◆ **Problem statement**
Check each line of the listing below for "SweptSolid" and state how many lines contain it, with no other words.
•••••
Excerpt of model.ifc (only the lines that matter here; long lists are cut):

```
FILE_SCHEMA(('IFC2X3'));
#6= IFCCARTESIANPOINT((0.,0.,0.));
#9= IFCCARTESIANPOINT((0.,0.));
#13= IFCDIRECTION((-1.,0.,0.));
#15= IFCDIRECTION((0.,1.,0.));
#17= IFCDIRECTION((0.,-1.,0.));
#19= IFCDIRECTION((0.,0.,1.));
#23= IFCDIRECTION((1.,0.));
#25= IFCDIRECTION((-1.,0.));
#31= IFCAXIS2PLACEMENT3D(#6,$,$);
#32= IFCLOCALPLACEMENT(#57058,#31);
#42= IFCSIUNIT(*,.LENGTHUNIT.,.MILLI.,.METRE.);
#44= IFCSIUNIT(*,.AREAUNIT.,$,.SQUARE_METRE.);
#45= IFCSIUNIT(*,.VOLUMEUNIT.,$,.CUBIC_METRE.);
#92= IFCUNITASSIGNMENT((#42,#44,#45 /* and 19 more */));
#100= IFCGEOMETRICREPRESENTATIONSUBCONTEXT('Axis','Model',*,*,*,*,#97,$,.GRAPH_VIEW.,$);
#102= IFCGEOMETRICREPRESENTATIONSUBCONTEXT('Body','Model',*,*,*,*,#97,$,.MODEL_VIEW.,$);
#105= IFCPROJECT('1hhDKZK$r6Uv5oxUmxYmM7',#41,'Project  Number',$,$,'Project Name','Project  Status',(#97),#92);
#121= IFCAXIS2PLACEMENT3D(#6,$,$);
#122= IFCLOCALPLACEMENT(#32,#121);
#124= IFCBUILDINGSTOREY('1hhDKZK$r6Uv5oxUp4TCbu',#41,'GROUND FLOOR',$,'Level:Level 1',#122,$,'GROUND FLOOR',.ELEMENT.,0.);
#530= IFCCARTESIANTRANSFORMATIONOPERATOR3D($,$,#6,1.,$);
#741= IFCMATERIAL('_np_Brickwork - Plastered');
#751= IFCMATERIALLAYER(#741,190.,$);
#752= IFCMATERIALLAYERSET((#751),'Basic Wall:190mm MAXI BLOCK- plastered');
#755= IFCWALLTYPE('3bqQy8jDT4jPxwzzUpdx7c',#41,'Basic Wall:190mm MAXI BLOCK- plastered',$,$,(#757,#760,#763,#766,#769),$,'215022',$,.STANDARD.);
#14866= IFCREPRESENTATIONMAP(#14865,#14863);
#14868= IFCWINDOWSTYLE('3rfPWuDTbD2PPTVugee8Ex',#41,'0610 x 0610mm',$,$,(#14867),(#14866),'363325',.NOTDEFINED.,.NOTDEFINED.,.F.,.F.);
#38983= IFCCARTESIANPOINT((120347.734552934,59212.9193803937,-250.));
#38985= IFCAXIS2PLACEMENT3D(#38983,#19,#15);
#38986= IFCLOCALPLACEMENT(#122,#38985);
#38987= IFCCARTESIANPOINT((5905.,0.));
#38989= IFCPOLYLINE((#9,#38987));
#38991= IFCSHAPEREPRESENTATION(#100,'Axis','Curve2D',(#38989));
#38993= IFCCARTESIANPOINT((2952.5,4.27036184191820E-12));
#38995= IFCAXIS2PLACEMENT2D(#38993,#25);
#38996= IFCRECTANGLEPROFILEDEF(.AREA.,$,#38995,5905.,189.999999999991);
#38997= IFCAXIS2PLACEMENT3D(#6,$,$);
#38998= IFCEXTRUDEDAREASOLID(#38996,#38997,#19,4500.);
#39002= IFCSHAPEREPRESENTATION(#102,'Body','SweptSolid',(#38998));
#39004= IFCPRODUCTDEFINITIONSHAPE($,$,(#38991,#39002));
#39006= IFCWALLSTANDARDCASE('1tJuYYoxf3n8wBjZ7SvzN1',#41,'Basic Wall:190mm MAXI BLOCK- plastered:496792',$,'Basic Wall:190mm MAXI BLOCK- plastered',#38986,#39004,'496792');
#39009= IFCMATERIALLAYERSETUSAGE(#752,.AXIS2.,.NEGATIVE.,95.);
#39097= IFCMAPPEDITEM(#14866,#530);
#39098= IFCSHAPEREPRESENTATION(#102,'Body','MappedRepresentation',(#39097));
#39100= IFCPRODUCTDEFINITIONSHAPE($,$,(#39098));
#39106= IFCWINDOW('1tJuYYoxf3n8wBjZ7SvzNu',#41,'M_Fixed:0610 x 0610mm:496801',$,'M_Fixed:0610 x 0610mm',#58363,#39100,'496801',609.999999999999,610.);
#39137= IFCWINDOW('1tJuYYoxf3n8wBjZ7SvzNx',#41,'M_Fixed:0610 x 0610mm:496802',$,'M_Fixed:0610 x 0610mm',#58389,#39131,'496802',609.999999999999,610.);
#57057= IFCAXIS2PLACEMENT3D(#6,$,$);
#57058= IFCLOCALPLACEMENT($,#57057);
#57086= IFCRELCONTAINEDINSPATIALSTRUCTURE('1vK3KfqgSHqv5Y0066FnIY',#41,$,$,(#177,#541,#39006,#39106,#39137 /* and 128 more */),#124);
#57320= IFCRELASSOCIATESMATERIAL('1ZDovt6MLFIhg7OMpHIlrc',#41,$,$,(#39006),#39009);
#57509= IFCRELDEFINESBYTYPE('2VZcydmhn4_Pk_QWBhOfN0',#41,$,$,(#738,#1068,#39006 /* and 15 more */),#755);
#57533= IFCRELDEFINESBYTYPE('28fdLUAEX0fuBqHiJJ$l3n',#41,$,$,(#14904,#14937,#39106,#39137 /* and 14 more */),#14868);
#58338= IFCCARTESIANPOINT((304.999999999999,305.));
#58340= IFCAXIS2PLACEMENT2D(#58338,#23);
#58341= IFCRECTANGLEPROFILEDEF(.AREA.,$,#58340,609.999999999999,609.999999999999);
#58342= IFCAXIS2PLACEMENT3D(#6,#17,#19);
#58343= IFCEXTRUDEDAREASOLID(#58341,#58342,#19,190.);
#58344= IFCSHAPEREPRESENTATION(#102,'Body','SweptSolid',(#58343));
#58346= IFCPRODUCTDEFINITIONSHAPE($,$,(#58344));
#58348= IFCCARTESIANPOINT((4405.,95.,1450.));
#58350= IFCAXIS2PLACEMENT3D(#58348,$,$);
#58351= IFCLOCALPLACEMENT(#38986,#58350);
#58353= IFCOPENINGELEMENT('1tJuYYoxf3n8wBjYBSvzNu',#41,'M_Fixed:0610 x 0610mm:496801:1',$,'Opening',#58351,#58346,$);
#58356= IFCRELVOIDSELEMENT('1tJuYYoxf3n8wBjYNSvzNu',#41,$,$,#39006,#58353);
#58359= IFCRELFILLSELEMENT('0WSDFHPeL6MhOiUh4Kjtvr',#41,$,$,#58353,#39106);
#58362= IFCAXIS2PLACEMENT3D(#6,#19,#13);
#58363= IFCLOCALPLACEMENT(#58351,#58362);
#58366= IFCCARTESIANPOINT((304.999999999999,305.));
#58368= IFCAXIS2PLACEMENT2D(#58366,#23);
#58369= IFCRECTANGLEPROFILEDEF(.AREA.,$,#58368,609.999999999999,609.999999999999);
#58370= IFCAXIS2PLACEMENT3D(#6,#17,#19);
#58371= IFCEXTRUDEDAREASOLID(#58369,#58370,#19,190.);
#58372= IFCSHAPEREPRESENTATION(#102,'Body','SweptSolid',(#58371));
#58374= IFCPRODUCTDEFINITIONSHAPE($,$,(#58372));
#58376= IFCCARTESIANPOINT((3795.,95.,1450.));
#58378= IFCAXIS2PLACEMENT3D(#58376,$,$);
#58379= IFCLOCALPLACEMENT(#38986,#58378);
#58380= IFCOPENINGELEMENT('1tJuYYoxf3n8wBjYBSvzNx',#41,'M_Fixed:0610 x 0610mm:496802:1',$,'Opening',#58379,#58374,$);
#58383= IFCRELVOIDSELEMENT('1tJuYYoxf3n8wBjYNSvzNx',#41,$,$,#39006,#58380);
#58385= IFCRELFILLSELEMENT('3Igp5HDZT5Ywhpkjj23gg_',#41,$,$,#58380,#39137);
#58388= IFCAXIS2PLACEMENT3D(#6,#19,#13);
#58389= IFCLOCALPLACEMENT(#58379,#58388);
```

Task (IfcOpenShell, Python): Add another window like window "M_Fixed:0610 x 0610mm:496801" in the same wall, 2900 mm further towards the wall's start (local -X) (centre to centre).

```python
import ifcopenshell
import ifcopenshell.api.feature
import ifcopenshell.api.geometry
import ifcopenshell.api.root
import ifcopenshell.geom
import ifcopenshell.util.element
import ifcopenshell.util.placement
import ifcopenshell.util.shape

model = ifcopenshell.open("model.ifc")
settings = ifcopenshell.geom.settings()


def volume(element):
    """Net volume in cubic metres, openings subtracted."""
    shape = ifcopenshell.geom.create_shape(settings, element)
    return ifcopenshell.util.shape.get_volume(shape.geometry)


def reuse_history(source, copy):
    """copy_class also copies each property set's owner history, people and application; keep the originals."""
    for rel in copy.IsDefinedBy:
        if rel.is_a("IfcRelDefinesByProperties") and (history := rel.RelatingPropertyDefinition.OwnerHistory):
            rel.RelatingPropertyDefinition.OwnerHistory = source.OwnerHistory
            ifcopenshell.util.element.remove_deep2(model, history)


window = model.by_id(39106)
opening = window.FillsVoids[0].RelatingOpeningElement
wall = opening.VoidsElements[0].RelatingBuildingElement
before = volume(wall)
shift = ifcopenshell.util.placement.get_local_placement(wall.ObjectPlacement)[:3, 0] * -2900.0

# copy_class copies the void relationship, type, container and properties, but no geometry.
new_opening = ifcopenshell.api.root.copy_class(model, product=opening)
new_opening.Representation = ifcopenshell.util.element.copy_deep(
    model, opening.Representation, exclude=["IfcGeometricRepresentationContext", "IfcRepresentationMap"]
)
new_opening.Name = "M_Fixed:0610 x 0610mm"
new_window = ifcopenshell.api.root.copy_class(model, product=window)
new_window.Representation = ifcopenshell.util.element.copy_deep(
    model, window.Representation, exclude=["IfcGeometricRepresentationContext", "IfcRepresentationMap"]
)
new_window.Name = "M_Fixed:0610 x 0610mm"
new_window.Tag = None
reuse_history(window, new_window)
fills = ifcopenshell.api.feature.add_filling(model, opening=new_opening, element=new_window)
fills.OwnerHistory = new_window.OwnerHistory  # required in IFC2X3

for old, new in ((opening, new_opening), (window, new_window)):
    matrix = ifcopenshell.util.placement.get_local_placement(old.ObjectPlacement)
    matrix[:3, 3] += shift
    ifcopenshell.api.geometry.edit_object_placement(model, product=new, matrix=matrix, is_si=False)

after = volume(wall)

print(f"wall volume {before:.3f} -> {after:.3f} m3")

model.write("model_v2.ifc")
```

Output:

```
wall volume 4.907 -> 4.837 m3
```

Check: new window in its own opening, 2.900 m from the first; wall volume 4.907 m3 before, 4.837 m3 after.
•••••
◆ **Answer to the problem**
3